After the VBYTE(s) is the 8-bit CRC8 and then a variable size of bytes which is the raw bit sequence. For 132 bits, it would take ceiling(132/8) = 17 bytes. In this representation the 3 least significant bits would be redandunt and set to 0.

Also, in the arrays, the VByte represents the number of entries (numbers) stored and not bits.

v4ss4llo commented 6 years ago

Yes this is also my understanding of the VByte. The bitmaps do check out though, 01 81 9b 01 52 d0 16 a0. What doesn't seem to check out (to me at least) are the arrays, 01 01 81 f0 01 52 d0 16 a0, in particular the double 01 at the beginning... Following the documentation, I decode it like this:

01       Byte:<Format of array: Three reserved implementations: Log64, ...
01 81    VByte:<Total number of entries stored>
         Since it's a VByte, I'm taking 2 bytes (because the first bit is set to 0). So, what does
         this translate to?
         01 81 = 000 0001 000 0001   which is 129 in decimal?? 129 entries?? I only had one!
f0       <CRC8 of the previous fields>
... other fields
v4ss4llo commented 6 years ago

If you need the entire dump that I'm using for testing...

There's a lot of headers, the bitmaps are at the end.

v4ss4llo commented 6 years ago

For testing purposes I've created another file with 2 triples instead,

<http://example.org/A> <http://schema.org/name> "Alice" .
<http://example.org/B> <http://schema.org/surname> "Bob" .

And the bitmaps/arrays are as follow

00000780                                    (01 82 92 03 a5     |           .....|
00000790  a0 2d 41) (01 82 92 03 a5  a0 2d 41) (01 02 82 c6 09  |.-A......-A.....|
000007a0  9d 88 cf 2a) (01 02 82 c6  09 9d 88 cf 2a)            |...*........*|

It looks like it's writing the VByte twice, one time with the leading bit set to zero, and then again with the leading bit set to one. 01 81 in the first example (with one triple) and 02 82 in the second example (with two triples).

v4ss4llo commented 6 years ago

BTW the documentation is really unclear and most of the understanding must be obtained through intuition and guesswork, that is by guessing what the author is trying to say instead of actually stating exactly what he means.

For example the "DictionarySectionPlainFrontCoding" is a big question mark about how the bits are stored, "BitmapTriples" is also very light on details, then there is no definition of what "Log64"/"logbits"/"LogArray Position"/"Buffer of Blocks" mean in this context and in particular how bits are stored, and another example is "" which fails to mention that the CRC32 is not over all the previous entries, but only since the last CRC8.

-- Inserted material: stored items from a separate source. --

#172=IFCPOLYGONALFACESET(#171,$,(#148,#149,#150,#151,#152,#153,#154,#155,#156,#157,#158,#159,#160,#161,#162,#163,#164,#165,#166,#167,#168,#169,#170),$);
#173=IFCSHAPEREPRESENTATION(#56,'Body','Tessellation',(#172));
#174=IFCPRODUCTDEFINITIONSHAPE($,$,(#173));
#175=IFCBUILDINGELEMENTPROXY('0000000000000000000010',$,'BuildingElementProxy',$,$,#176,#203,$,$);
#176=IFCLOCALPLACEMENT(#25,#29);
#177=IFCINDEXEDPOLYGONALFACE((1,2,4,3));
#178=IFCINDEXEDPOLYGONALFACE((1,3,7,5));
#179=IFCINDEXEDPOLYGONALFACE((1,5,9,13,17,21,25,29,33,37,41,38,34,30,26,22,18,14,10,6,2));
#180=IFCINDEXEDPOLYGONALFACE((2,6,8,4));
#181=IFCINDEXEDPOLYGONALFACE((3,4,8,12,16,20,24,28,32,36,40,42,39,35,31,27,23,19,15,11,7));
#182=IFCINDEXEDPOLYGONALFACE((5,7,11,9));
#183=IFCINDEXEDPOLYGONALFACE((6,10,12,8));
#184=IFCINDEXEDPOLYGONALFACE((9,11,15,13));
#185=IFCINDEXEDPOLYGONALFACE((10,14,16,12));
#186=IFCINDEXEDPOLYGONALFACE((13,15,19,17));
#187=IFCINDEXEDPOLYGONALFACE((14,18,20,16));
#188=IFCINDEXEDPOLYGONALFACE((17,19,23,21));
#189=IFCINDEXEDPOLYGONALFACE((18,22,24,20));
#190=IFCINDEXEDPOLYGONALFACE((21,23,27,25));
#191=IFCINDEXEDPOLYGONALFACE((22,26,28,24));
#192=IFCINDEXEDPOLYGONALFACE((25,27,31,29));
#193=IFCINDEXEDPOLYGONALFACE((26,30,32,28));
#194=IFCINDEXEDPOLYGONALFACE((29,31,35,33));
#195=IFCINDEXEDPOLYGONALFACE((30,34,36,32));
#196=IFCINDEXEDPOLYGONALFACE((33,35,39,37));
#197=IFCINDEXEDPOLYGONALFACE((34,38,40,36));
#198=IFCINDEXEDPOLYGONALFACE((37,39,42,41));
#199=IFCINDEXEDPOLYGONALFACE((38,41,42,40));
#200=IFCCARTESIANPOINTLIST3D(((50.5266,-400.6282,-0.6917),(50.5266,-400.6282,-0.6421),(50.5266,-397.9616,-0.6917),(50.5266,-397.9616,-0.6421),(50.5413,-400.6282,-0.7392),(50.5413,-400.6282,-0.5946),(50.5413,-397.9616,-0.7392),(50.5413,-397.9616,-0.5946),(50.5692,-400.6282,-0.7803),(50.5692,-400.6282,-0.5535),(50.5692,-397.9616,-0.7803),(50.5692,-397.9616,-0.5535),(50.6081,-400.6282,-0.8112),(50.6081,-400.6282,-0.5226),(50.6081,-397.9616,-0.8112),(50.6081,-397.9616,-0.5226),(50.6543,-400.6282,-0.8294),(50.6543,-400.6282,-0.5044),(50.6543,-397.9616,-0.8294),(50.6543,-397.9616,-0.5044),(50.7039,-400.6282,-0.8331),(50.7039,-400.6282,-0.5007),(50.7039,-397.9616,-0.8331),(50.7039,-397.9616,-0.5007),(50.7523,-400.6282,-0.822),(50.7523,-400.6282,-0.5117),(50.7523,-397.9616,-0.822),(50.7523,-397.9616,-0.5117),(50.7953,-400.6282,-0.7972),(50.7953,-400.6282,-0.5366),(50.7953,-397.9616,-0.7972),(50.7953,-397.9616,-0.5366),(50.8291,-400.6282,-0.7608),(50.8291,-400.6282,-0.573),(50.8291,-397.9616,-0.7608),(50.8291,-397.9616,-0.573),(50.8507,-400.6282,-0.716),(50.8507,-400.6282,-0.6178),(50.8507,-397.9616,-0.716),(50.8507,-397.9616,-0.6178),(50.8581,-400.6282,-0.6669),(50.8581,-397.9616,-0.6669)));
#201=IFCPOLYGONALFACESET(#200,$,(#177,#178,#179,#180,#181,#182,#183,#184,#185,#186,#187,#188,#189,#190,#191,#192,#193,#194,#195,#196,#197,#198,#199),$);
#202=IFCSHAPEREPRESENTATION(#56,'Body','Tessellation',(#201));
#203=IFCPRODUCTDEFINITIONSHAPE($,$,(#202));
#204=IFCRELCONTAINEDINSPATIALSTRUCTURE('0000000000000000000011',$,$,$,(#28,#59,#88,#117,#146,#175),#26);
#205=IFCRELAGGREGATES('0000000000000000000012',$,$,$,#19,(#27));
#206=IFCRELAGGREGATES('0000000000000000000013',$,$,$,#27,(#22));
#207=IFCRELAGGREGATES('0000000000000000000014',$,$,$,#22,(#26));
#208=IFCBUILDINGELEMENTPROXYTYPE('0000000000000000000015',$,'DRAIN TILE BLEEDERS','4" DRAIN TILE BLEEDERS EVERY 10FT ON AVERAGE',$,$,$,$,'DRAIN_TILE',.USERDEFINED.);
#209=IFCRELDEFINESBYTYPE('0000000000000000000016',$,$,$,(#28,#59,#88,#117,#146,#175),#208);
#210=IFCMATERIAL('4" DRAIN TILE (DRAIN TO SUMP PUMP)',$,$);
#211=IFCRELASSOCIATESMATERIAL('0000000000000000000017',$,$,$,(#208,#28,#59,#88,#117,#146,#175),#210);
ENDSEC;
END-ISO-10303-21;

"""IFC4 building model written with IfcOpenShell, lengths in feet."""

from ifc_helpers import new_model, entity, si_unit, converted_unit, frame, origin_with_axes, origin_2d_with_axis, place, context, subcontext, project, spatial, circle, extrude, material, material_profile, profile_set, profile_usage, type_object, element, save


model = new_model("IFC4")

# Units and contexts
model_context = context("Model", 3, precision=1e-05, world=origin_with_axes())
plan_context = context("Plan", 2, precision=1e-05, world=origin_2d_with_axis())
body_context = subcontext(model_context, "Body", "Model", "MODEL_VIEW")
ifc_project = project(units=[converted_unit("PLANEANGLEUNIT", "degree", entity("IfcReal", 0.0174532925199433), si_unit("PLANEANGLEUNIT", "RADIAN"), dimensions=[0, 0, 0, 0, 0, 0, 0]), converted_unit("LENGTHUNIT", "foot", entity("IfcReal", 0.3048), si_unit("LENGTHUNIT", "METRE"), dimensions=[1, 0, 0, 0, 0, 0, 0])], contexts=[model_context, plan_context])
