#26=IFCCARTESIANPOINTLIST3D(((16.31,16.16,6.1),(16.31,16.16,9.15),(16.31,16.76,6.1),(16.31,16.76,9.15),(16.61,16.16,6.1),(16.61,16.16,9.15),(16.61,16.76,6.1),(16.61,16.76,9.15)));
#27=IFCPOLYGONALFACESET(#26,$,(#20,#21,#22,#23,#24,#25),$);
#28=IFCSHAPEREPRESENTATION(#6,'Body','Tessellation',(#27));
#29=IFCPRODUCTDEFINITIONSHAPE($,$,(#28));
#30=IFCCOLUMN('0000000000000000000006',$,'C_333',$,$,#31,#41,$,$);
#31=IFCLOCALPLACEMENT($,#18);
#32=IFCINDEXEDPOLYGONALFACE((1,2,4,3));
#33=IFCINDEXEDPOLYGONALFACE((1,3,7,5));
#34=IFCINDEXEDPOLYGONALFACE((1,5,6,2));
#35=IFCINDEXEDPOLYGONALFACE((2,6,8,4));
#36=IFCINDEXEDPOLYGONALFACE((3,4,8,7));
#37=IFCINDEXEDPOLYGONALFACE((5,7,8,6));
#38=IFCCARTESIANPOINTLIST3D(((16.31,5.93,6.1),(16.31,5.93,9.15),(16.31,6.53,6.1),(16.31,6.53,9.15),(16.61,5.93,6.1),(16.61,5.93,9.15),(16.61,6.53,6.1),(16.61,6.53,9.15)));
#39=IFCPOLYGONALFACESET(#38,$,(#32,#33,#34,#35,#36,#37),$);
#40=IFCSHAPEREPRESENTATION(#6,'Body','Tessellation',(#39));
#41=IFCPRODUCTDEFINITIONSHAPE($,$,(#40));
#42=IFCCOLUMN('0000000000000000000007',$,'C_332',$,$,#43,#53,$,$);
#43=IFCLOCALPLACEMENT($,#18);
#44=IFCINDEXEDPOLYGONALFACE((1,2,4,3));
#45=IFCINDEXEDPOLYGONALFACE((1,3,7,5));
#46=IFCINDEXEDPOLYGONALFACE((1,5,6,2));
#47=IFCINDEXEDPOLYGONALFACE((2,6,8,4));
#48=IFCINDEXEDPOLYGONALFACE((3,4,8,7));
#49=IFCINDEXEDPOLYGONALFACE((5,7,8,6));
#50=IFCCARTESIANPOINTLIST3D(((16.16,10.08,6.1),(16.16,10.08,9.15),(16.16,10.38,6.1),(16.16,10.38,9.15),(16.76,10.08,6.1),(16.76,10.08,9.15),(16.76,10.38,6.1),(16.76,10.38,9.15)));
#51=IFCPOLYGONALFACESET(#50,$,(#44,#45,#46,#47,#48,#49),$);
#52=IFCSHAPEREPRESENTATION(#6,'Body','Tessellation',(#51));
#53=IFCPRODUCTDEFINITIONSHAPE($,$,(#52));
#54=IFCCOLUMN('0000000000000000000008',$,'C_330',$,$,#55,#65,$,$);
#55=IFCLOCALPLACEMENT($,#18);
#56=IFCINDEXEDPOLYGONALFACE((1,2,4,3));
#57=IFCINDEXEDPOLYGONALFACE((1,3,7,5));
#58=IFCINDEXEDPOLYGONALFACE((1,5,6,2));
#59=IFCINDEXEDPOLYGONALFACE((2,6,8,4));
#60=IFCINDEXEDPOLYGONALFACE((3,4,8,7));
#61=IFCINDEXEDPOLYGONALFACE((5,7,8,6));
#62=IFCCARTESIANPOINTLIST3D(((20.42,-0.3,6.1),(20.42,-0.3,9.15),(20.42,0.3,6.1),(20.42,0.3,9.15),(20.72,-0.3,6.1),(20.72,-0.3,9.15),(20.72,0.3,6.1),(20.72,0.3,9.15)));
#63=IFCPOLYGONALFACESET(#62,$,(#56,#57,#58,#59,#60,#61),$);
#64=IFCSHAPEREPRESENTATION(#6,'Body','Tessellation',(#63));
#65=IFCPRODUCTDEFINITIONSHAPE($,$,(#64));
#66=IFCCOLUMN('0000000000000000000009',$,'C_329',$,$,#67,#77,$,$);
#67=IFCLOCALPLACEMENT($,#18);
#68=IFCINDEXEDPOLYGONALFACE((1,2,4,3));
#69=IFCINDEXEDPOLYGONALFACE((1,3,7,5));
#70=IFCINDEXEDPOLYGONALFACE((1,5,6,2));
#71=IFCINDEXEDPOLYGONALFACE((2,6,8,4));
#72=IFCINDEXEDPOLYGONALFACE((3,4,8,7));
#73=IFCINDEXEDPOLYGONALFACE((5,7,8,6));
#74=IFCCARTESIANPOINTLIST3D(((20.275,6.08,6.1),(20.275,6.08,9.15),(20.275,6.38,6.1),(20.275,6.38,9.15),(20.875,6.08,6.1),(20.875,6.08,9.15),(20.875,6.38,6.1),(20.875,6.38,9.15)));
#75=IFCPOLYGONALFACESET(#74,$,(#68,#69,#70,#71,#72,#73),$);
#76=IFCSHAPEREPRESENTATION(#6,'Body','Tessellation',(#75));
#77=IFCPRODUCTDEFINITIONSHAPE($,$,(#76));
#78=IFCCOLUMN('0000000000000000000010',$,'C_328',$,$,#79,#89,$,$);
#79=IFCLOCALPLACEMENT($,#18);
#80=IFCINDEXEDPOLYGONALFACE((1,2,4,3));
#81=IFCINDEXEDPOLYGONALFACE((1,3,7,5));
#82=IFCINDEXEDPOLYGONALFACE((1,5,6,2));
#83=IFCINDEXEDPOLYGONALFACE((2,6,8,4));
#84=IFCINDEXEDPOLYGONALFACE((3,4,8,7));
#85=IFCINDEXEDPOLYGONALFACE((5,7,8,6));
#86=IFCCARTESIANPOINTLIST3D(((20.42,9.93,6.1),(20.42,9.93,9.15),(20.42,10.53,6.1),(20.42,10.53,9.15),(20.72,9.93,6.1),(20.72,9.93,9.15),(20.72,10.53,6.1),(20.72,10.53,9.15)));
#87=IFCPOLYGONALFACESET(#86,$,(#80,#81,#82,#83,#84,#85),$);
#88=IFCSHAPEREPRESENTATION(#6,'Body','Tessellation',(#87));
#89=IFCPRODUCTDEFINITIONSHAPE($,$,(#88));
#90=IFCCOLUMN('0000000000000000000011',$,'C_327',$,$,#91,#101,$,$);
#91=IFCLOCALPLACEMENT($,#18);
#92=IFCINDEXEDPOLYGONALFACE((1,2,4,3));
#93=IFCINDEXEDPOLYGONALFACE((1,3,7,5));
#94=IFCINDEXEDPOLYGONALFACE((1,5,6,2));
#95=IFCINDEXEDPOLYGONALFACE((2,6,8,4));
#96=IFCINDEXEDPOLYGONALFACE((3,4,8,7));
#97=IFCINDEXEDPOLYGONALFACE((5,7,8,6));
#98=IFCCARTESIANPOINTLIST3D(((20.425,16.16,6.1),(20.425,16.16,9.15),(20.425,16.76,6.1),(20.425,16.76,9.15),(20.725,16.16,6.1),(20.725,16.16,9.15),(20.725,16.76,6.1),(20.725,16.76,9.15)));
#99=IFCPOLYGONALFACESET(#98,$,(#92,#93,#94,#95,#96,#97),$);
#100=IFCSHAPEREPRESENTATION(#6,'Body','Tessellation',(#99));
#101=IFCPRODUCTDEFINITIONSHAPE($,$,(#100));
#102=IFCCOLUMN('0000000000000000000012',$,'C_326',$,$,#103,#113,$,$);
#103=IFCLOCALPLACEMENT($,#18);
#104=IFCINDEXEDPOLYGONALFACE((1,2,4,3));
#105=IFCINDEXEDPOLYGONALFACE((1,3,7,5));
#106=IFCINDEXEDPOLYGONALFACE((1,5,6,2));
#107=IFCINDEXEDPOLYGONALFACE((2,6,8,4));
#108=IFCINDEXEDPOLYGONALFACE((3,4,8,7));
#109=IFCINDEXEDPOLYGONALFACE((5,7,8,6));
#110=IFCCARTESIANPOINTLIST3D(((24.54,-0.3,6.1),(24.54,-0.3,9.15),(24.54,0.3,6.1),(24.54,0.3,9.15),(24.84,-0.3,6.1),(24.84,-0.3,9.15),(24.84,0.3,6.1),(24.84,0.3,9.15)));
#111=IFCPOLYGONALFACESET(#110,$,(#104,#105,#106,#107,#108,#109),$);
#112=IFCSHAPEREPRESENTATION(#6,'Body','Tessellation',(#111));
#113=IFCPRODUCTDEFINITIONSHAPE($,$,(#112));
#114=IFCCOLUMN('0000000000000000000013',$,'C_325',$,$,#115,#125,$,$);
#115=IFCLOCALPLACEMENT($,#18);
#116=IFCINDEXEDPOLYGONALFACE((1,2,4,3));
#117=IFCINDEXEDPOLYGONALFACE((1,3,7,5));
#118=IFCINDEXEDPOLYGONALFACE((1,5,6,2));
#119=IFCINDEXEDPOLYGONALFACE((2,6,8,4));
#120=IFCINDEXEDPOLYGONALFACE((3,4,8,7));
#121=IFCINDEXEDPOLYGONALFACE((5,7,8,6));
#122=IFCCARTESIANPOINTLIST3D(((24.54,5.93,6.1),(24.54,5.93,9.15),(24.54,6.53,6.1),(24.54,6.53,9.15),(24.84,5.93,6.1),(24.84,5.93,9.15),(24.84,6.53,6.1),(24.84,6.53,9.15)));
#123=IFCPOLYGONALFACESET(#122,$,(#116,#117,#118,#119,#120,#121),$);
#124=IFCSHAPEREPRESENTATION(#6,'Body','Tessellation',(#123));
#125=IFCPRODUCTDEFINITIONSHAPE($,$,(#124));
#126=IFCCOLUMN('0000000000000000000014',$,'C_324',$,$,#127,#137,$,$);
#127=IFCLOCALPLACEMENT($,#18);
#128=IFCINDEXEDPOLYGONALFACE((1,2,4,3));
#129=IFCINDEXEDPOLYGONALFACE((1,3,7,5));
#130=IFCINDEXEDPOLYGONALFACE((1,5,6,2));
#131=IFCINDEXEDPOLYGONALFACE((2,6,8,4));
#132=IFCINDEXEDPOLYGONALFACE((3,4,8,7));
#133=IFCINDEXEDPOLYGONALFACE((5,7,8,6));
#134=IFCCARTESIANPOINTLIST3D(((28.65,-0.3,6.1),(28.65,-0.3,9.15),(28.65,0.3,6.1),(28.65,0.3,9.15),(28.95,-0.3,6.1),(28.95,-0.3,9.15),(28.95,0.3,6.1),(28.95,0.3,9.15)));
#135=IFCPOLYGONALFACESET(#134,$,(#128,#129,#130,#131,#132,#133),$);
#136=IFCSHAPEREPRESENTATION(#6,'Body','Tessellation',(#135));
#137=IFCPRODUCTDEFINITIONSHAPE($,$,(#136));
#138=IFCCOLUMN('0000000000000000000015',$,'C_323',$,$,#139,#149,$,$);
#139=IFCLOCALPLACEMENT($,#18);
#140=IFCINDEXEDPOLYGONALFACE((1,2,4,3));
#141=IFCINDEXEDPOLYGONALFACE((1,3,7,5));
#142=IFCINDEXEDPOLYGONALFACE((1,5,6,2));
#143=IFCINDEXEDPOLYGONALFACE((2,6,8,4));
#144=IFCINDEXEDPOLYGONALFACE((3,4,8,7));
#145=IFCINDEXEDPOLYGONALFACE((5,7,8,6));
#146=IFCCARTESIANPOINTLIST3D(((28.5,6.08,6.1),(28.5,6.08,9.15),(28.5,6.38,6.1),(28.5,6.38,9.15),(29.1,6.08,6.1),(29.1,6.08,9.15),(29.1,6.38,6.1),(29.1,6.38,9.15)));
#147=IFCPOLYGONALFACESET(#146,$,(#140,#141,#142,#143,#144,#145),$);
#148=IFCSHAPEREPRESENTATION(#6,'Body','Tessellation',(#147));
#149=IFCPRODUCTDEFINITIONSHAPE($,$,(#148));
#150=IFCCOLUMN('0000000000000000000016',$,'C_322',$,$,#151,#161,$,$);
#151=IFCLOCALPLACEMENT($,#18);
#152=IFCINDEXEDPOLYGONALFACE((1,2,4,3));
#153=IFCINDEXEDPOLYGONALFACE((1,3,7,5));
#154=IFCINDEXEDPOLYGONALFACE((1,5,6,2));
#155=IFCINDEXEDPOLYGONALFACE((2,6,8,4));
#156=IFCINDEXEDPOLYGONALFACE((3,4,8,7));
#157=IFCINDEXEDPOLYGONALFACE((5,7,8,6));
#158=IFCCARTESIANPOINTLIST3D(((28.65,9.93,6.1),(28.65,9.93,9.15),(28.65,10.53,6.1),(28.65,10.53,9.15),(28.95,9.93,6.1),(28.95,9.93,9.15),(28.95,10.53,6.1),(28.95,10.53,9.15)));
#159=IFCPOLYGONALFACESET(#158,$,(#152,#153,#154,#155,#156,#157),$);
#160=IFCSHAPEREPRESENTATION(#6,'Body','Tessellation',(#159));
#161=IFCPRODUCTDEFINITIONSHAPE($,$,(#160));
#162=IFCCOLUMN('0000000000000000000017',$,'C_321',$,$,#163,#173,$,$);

This documentation is not aimed at helping contributors and making their life easier, it's more like a scratchpad useful only to the original author to recall key concepts (that he already knows because he was the one to define them).

v4ss4llo commented 6 years ago

The .hdt.index.v1-1 (ie. the extra indexes a part from the .hdt file) is even more obscure and undocumented. The documentation says I should expect a ‘$HDT’ cookie followed by a control byte (Unknown, Global, Header, Dictionary, Triples, Index) as integer [0-5]. What I find instead is...

barthanssens commented 4 years ago

FWIW, I'm working on a HDT decoder for RDF4J (https://github.com/eclipse/rdf4j/issues/232), and adding some javadoc about the files created by HDT-It 1.x.

(I'm aware of the rdfhdt java version... But the best way to learn about and understand a specification is by implementing it ;-)

I'm facing the same issues: the software implementation is slightly different (and more advanced) from the latest published draft and the W3C submission.

The format itself is great, by the way, and has a lot of potential, though IMHO some clarifications would indeed be helpful to make it more widely accepted.